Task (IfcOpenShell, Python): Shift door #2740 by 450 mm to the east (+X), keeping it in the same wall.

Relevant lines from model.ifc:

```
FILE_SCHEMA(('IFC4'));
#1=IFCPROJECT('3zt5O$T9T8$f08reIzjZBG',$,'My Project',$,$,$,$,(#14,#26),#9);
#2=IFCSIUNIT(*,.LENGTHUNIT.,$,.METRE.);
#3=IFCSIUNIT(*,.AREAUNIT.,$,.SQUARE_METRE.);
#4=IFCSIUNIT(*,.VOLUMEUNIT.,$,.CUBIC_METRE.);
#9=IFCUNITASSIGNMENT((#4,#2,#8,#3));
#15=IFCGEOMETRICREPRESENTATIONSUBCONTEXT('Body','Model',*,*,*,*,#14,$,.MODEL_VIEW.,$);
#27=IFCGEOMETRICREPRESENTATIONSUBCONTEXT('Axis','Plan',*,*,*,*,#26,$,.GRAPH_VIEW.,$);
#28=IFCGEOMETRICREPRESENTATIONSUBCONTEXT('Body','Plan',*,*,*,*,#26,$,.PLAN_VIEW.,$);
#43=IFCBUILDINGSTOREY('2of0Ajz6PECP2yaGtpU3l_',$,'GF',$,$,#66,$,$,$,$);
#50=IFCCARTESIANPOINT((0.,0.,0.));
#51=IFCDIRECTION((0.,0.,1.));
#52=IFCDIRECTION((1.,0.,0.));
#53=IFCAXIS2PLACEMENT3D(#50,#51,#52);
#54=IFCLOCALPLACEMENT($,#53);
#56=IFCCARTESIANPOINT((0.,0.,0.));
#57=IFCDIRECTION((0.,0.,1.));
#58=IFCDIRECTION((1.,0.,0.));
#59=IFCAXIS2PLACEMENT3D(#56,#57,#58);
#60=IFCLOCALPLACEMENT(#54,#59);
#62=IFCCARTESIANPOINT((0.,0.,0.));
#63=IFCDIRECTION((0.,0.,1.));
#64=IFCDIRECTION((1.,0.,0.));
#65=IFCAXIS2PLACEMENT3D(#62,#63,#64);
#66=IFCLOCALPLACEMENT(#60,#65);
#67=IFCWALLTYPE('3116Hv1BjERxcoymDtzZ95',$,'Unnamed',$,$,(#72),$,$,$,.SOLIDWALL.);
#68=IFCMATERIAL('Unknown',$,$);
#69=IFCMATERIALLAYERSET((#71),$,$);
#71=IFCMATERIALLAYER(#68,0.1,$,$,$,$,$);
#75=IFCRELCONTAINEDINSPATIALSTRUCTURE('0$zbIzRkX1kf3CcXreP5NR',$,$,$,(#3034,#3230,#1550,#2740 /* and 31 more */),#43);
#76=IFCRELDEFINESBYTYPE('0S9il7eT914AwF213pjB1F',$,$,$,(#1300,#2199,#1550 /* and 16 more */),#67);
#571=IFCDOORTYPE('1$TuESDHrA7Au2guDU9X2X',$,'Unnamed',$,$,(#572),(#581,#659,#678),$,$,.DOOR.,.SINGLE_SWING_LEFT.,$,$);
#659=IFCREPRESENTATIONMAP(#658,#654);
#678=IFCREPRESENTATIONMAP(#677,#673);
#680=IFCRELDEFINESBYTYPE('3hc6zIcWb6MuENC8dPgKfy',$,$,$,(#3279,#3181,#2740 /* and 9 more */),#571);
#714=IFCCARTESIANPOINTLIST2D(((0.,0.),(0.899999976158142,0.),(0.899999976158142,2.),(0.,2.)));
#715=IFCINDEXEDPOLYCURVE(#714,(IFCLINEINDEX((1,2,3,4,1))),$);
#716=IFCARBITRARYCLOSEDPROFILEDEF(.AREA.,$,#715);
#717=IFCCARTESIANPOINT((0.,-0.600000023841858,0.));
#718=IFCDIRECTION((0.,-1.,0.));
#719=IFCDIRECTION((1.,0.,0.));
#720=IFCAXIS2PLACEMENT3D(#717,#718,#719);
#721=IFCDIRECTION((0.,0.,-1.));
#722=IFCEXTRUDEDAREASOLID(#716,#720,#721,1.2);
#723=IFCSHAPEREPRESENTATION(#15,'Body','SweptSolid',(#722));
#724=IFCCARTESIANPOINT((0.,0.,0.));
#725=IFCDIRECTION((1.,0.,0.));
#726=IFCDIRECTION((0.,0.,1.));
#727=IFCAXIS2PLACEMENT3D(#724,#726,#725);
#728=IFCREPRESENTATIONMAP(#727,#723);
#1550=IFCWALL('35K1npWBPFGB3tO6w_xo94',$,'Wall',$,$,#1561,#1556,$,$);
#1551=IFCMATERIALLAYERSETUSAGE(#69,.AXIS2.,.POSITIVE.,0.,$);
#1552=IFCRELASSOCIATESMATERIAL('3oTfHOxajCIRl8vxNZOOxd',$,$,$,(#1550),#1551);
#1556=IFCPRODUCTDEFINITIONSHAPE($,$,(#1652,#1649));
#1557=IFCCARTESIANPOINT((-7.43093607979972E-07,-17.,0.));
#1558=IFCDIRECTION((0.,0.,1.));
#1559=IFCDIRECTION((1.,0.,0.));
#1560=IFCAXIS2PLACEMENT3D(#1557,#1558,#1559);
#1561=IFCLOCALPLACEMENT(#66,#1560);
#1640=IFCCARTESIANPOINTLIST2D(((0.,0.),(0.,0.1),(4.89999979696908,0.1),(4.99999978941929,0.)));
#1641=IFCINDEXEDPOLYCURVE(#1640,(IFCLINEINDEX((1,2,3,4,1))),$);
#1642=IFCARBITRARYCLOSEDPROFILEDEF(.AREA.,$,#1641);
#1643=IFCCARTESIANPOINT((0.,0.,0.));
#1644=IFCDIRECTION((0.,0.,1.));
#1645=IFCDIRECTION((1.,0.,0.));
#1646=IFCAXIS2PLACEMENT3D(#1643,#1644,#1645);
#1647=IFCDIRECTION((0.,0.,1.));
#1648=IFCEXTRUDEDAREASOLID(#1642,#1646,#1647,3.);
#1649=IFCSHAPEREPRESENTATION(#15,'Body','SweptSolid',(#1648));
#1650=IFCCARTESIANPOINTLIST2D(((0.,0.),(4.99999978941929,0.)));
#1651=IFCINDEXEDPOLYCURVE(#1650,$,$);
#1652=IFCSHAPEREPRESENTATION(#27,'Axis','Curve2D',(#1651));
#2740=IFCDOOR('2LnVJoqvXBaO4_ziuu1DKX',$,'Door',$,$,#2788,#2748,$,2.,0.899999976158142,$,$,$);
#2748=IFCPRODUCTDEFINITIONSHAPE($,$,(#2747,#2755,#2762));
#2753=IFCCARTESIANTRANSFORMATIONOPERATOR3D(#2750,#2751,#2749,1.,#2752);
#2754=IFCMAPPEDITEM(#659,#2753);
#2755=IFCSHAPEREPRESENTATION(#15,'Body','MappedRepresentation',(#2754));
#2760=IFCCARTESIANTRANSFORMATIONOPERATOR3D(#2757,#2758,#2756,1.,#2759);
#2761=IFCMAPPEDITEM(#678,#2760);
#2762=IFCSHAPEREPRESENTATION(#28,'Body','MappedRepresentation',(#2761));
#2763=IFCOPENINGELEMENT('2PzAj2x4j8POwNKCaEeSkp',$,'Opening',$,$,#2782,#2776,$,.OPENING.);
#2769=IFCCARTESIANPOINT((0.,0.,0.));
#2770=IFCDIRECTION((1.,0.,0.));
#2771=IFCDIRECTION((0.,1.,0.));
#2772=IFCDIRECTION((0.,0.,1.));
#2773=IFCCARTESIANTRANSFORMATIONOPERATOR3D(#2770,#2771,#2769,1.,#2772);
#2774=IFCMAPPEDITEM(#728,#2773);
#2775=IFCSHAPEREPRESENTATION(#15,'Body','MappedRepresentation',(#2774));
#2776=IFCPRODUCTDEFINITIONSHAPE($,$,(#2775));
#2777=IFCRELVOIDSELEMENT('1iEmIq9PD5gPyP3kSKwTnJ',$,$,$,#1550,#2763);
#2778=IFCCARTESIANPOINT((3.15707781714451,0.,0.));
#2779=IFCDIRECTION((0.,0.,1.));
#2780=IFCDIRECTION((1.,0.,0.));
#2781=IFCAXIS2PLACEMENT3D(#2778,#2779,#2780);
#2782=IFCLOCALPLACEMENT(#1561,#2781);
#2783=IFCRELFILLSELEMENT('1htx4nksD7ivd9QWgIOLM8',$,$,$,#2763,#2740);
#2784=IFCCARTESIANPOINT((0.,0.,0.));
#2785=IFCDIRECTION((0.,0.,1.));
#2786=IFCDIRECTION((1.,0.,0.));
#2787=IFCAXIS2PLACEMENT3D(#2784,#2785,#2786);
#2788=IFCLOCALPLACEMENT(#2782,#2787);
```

```python
import ifcopenshell
import ifcopenshell.api.geometry
import ifcopenshell.util.placement
import ifcopenshell.util.unit

model = ifcopenshell.open("model.ifc")
unit_scale = ifcopenshell.util.unit.calculate_unit_scale(model)

door = model.by_guid("2LnVJoqvXBaO4_ziuu1DKX")
opening = door.FillsVoids[0].RelatingOpeningElement
wall = opening.VoidsElements[0].RelatingBuildingElement

wall_matrix = ifcopenshell.util.placement.get_local_placement(wall.ObjectPlacement)
shift = wall_matrix[:3, 0] * 0.45 / unit_scale
before = ifcopenshell.util.placement.get_local_placement(door.ObjectPlacement)[:3, 3].copy()

# The door is placed relative to its opening, so it follows when the opening moves.
matrix = ifcopenshell.util.placement.get_local_placement(opening.ObjectPlacement)
matrix[:3, 3] += shift
ifcopenshell.api.geometry.edit_object_placement(
    model, product=opening, matrix=matrix, is_si=False, should_transform_children=True
)

after = ifcopenshell.util.placement.get_local_placement(door.ObjectPlacement)[:3, 3]
print("door moved by", (after - before).round(3) + 0.0)

model.write("model_v2.ifc")
```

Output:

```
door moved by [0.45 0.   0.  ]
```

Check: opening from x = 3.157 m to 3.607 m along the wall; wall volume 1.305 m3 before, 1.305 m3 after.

### EXERCISE
Once you have located every line with the word "IFCGEOMETRICREPRESENTATIONSUBCONTEXT" in the material above, list those lines.

### RESPONSE AREA
#15=IFCGEOMETRICREPRESENTATIONSUBCONTEXT('Body','Model',*,*,*,*,#14,$,.MODEL_VIEW.,$);
#27=IFCGEOMETRICREPRESENTATIONSUBCONTEXT('Axis','Plan',*,*,*,*,#26,$,.GRAPH_VIEW.,$);
#28=IFCGEOMETRICREPRESENTATIONSUBCONTEXT('Body','Plan',*,*,*,*,#26,$,.PLAN_VIEW.,$);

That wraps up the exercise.